* [PROBLEM DESCRIPTION]: Only the lines holding "IFCRECTANGLEPROFILEDEF" are wanted here; copy each from the listing.

-------- DATA SECTION

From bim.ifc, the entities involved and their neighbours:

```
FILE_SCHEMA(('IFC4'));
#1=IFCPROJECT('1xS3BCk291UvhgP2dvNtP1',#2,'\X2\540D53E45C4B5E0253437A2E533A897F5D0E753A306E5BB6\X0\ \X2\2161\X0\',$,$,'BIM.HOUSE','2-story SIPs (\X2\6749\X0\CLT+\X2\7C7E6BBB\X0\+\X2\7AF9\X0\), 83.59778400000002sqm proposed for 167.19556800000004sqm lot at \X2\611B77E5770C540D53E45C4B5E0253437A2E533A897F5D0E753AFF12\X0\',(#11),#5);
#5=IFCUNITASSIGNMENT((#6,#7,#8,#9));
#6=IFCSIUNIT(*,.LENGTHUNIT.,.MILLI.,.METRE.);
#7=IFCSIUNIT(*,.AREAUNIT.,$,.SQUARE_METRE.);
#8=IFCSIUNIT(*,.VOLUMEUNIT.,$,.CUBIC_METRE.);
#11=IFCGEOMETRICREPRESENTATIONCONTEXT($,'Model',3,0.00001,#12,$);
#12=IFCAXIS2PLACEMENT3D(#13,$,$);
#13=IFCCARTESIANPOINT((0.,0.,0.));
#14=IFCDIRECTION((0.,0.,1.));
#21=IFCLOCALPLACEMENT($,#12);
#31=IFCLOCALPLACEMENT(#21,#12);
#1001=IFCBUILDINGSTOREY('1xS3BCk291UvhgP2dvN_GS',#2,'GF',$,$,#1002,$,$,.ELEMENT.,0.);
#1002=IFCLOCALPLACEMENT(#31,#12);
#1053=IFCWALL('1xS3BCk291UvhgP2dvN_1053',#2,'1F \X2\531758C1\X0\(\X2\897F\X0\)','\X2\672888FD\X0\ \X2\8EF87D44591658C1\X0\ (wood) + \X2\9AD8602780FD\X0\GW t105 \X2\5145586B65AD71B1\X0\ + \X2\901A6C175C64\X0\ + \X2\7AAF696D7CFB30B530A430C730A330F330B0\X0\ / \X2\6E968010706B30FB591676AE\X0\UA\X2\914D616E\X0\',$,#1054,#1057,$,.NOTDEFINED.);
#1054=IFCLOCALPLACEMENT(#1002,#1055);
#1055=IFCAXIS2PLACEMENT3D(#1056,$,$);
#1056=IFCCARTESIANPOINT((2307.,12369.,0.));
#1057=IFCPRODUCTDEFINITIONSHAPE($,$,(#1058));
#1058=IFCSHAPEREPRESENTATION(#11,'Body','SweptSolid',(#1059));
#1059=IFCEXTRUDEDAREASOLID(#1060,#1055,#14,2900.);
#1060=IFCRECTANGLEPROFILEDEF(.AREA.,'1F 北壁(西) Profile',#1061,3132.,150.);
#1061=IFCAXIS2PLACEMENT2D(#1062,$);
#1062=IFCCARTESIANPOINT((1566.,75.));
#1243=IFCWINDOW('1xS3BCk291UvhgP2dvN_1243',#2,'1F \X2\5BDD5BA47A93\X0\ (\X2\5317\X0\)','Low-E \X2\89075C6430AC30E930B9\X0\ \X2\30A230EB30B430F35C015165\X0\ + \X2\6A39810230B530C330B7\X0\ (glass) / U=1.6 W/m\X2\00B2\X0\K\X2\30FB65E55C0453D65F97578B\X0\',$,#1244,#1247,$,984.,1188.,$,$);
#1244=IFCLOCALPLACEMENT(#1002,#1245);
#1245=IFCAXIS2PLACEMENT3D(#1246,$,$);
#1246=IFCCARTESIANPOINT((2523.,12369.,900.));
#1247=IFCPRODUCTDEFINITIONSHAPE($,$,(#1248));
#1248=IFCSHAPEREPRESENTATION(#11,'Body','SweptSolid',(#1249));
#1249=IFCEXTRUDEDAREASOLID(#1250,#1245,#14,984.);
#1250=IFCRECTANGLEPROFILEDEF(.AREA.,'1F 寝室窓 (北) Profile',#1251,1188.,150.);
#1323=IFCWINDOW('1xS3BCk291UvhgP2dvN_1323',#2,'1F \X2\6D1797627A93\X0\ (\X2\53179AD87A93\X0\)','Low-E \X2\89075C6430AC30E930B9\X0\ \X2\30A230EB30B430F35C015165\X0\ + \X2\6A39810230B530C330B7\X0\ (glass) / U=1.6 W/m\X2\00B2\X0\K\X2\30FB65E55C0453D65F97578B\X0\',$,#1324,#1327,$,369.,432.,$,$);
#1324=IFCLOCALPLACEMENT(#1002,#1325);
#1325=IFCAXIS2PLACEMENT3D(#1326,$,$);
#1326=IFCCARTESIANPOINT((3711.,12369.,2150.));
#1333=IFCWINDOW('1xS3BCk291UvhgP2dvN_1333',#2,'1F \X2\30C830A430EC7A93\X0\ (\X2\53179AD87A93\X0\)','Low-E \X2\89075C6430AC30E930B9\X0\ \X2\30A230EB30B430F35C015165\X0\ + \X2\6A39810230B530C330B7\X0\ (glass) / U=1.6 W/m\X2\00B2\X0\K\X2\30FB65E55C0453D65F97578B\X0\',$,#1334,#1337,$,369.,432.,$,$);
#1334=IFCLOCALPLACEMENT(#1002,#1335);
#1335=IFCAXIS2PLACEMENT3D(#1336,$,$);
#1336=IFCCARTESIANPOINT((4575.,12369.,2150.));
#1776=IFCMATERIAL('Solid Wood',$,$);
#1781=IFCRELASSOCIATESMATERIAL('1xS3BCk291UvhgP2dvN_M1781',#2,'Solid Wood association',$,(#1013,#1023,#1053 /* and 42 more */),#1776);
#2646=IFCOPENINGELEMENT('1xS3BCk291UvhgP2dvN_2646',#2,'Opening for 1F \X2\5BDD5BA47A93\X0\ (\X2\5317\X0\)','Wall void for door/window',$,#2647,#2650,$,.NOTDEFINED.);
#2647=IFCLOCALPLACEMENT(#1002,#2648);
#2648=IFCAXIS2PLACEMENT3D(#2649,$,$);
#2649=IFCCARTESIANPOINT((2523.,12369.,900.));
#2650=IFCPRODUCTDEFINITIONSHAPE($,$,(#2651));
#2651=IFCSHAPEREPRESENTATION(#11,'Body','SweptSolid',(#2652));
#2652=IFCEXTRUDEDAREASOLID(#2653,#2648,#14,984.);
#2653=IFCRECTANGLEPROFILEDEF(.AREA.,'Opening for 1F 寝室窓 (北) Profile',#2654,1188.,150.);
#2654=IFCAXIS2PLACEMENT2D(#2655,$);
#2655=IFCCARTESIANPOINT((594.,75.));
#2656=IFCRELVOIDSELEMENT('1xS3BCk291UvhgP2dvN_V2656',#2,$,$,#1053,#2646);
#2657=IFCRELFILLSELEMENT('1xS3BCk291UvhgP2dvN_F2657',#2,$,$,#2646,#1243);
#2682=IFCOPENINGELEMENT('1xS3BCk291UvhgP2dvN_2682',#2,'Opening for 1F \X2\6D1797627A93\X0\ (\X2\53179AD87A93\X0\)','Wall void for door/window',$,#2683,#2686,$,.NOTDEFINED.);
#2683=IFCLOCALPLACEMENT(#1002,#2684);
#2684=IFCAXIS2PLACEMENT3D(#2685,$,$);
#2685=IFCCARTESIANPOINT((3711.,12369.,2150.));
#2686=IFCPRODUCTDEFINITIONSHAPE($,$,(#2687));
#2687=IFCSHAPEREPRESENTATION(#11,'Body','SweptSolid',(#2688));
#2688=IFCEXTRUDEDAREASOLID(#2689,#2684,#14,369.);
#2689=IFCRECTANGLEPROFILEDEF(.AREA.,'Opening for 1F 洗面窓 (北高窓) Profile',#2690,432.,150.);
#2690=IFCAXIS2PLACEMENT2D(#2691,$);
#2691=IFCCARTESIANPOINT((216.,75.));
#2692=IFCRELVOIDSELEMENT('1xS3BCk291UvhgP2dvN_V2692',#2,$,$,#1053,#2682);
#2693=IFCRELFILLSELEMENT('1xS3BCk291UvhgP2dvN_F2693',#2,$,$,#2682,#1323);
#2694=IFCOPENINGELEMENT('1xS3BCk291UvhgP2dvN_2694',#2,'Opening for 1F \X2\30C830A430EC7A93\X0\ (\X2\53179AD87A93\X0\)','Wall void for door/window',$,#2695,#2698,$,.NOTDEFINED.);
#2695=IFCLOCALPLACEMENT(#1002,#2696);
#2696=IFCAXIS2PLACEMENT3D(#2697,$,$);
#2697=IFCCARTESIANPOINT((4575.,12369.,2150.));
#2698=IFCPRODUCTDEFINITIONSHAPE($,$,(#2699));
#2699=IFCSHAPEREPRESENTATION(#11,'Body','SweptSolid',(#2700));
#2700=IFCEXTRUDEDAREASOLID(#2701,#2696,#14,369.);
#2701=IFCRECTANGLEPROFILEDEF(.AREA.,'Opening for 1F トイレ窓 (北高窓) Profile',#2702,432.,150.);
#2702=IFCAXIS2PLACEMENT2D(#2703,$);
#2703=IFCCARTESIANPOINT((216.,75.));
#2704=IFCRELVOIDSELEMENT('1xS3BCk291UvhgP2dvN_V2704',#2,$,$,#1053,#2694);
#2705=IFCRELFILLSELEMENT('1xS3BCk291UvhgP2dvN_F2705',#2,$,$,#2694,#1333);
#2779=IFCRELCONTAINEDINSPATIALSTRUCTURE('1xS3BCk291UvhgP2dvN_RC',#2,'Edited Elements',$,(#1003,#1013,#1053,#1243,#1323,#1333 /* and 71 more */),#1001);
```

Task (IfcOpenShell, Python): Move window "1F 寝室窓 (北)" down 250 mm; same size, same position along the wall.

```python
import numpy as np
import ifcopenshell
import ifcopenshell.api.geometry
import ifcopenshell.util.placement
import ifcopenshell.util.unit

model = ifcopenshell.open("bim.ifc")
unit_scale = ifcopenshell.util.unit.calculate_unit_scale(model)

window = model.by_guid("1xS3BCk291UvhgP2dvN_1243")
opening = window.FillsVoids[0].RelatingOpeningElement
dz = -0.25 / unit_scale

shift = np.array([0.0, 0.0, dz])
# The window is not placed relative to its opening, so move both.
for product in (opening, window):
    matrix = ifcopenshell.util.placement.get_local_placement(product.ObjectPlacement)
    matrix[:3, 3] += shift
    ifcopenshell.api.geometry.edit_object_placement(model, product=product, matrix=matrix, is_si=False)

print(f"moved by {dz * unit_scale:+.3f} m")

model.write("bim-out.ifc")
```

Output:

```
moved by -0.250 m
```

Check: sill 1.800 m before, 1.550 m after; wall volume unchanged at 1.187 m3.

----------------

* [ANSWER TO THE EXERCISE]:
#1060=IFCRECTANGLEPROFILEDEF(.AREA.,'1F 北壁(西) Profile',#1061,3132.,150.);
#1250=IFCRECTANGLEPROFILEDEF(.AREA.,'1F 寝室窓 (北) Profile',#1251,1188.,150.);
#2653=IFCRECTANGLEPROFILEDEF(.AREA.,'Opening for 1F 寝室窓 (北) Profile',#2654,1188.,150.);
#2689=IFCRECTANGLEPROFILEDEF(.AREA.,'Opening for 1F 洗面窓 (北高窓) Profile',#2690,432.,150.);
#2701=IFCRECTANGLEPROFILEDEF(.AREA.,'Opening for 1F トイレ窓 (北高窓) Profile',#2702,432.,150.);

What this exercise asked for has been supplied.